I didn’t want “MILK” to run out. Not only because I knew that Harvey Milk’s assassination was impending, but because “MILK” was so absorbing in the master film making and acting unfolding before my eyes and mind. I don’t think the purpose was to have complete fun while watching this, but Gus Van Sant waves his film making wand to create his best movie, and possibly the best picture of 2008. It’s a treat and a fine tribute to a great life. I never thought Sean Penn would morph into this roll, and if you still have doubts about the man’s many great roles and talent look no further than his Harvey Milk. It’s astounding and Penn has definitely cemented himself as his generation’s finest actor with a second Oscar win. I’m ashamed to say that I didn’t know who Harvey Milk was before this movie came out, but his name should be honored up there with Dr. Martin Luther King, Jr. and others. No matter your opinion on the issues at hand, please see this movie. -djg

Monday, March 16, 2009

DJG's Weekend Watcher

Let the Right One In * * * * *
Directed by: Thomas Alfredson / 2008

Subtle-yet-striking, "Let the Right One In" is more than just one of the best vampire movies, it's a masterful work of art. Lots to chew on with this after seeing it three times in as many days.

Smiley Face * * * 1/2
Directed by: Greg Araki / 2007

There is such a thing as a smart stoner movie. Add "Smiley Face" to the list with other recent loser-winners like "Harold & Kumar go to White Castle" and "Pineapple Express". It would also serve well with anything by Mike Judge ("Office Space").

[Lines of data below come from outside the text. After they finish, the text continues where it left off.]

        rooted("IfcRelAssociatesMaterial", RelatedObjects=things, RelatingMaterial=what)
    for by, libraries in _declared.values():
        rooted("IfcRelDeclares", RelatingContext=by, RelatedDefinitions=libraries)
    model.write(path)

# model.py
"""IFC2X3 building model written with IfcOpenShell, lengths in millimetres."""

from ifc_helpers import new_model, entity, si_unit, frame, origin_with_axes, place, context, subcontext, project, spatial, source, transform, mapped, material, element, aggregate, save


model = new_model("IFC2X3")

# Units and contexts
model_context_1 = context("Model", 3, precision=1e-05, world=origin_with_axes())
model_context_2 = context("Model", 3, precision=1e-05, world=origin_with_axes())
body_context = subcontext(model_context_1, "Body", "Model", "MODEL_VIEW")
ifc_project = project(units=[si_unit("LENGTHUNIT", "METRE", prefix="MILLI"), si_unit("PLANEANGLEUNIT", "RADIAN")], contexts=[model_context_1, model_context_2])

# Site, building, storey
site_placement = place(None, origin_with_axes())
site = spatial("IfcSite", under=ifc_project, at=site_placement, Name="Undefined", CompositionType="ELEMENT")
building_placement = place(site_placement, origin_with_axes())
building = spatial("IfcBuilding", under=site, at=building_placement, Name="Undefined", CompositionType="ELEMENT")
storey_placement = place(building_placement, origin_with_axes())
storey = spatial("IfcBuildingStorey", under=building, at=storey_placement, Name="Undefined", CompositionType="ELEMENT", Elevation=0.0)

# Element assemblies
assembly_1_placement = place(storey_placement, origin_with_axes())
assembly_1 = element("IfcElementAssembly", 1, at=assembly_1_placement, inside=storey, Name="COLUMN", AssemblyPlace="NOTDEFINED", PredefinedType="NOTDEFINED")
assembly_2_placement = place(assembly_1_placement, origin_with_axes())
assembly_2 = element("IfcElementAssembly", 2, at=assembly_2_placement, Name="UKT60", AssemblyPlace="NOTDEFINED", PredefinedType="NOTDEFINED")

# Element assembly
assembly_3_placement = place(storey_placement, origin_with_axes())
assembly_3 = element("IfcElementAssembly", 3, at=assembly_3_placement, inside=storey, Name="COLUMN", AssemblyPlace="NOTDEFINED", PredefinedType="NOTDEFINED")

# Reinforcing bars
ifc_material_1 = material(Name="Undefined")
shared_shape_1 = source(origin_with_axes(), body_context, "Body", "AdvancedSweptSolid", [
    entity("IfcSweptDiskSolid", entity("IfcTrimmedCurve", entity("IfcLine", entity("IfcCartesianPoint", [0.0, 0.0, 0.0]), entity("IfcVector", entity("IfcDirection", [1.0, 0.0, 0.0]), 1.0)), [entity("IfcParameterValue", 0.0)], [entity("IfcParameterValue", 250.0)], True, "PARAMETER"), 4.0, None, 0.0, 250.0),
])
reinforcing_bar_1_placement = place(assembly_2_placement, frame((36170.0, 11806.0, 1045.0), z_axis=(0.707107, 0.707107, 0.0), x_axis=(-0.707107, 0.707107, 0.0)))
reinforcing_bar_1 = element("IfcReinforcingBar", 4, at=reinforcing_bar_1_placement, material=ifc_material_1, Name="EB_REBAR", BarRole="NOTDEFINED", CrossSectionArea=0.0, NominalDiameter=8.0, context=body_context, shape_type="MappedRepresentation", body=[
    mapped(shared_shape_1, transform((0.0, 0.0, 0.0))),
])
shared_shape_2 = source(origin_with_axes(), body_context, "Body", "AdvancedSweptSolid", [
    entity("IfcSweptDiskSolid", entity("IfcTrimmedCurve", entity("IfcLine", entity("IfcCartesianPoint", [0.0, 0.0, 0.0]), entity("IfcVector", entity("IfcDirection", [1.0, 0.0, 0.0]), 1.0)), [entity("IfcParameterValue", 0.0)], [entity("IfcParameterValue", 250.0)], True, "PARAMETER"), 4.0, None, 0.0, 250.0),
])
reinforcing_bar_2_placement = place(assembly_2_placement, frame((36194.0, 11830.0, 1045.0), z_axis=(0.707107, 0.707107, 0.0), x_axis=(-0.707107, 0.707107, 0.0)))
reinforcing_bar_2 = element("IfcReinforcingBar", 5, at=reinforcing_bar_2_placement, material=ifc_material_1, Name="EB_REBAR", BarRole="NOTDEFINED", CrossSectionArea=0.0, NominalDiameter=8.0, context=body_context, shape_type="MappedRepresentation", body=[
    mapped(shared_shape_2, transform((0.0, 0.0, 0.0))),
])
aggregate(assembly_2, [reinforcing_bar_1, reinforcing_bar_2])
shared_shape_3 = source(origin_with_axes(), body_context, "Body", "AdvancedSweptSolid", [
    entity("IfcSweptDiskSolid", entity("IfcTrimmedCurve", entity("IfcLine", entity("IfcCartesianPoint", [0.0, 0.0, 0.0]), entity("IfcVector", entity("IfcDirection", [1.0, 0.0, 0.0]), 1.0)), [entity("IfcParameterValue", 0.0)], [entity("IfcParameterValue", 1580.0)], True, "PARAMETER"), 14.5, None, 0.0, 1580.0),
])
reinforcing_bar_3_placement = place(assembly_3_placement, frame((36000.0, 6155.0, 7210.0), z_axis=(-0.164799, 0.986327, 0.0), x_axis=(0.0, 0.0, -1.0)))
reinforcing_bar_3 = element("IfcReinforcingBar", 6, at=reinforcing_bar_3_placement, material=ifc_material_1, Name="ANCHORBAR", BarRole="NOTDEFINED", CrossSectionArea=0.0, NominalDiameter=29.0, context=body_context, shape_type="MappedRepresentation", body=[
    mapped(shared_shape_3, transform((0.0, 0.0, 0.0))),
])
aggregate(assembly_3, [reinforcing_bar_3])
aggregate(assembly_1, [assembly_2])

A Decade Under the Influence * * * * 1/2
Directed by Ted Demme & Richard LaGravenese / 2003

Feeding from the times that were a' changin', this three part documentary had me salivating at the buffet of groundbreaking filmmaking and filmmakers of the 1970s. The only problem...I wanted more! I guess my eyes and mind have some work to do!

Silent Movie * * * *
Directed by: Mel Brooks / 1976

Mel Brooks delivers one of his best in this fantastic fun ride that is nothing short of a live-action "Looney Tunes". It's premise is pure joy and it's use of randomness, visual puns and special guest stars is quite timeless and priceless.


Thursday, March 12, 2009


Let the Right One In * * * * *
Directed by: Thomas Alfredson / 2008

My wife is the “Twilight” reader in our home. I trust her judgment, as well as many others, that the movie adaptation isn’t worth seeing. Unfortunately all the hype leading up to “Twilight” the movie over-shadowed a similar vampire love movie that came out around the same time based on a book from Sweden. Fans disappointed with “Twilight”, grunt no more and please turn your pages to “Let the Right One In”. Not only does it now sit behind “The Wrestler” at the top of my 2008 Best of Film list, but it’s also a subtle-yet-striking, well-crafted masterpiece. Possibly, one of the finest of it's kind ever made. Simply put, “Let the Right One In” your DVD player. I am watching this one over and over and over...


Monday, March 9, 2009

DJG / Into Great Silence

Into Great Silence * * * * *
Directed by: Philip Groning / 2007

Talk about patience. It took them 16 years to reply to filmmaker Philip Groning’s request to document their intimate lives on film, but that is what it took for the Carthusian monks of the Grande Chartreuse to make a “yes” decision. Sandwiched in an isolated fairytale-like setting in the French Alps, the monks live on prime, gorgeous real estate. No wonder they can get closer to God. Not to mention that apart from electric hair clippers and running water, “modern” civilization is miles from their thoughts and routine in devotion to God, even as a jet flies over a monk sitting in his cubicle of silence. As I’m nearing the halfway mark of my own isolated cubicle day and twisted perceptions on man’s quest for intellectual and monetary gains, I can’t help but think that a monk’s life doesn’t sound too shabby in the abbey. I know I at least enjoy isolation and quiet...and God. Though, robes seem itchy, drafty and the option of watching movies as a monk would more than likely be out.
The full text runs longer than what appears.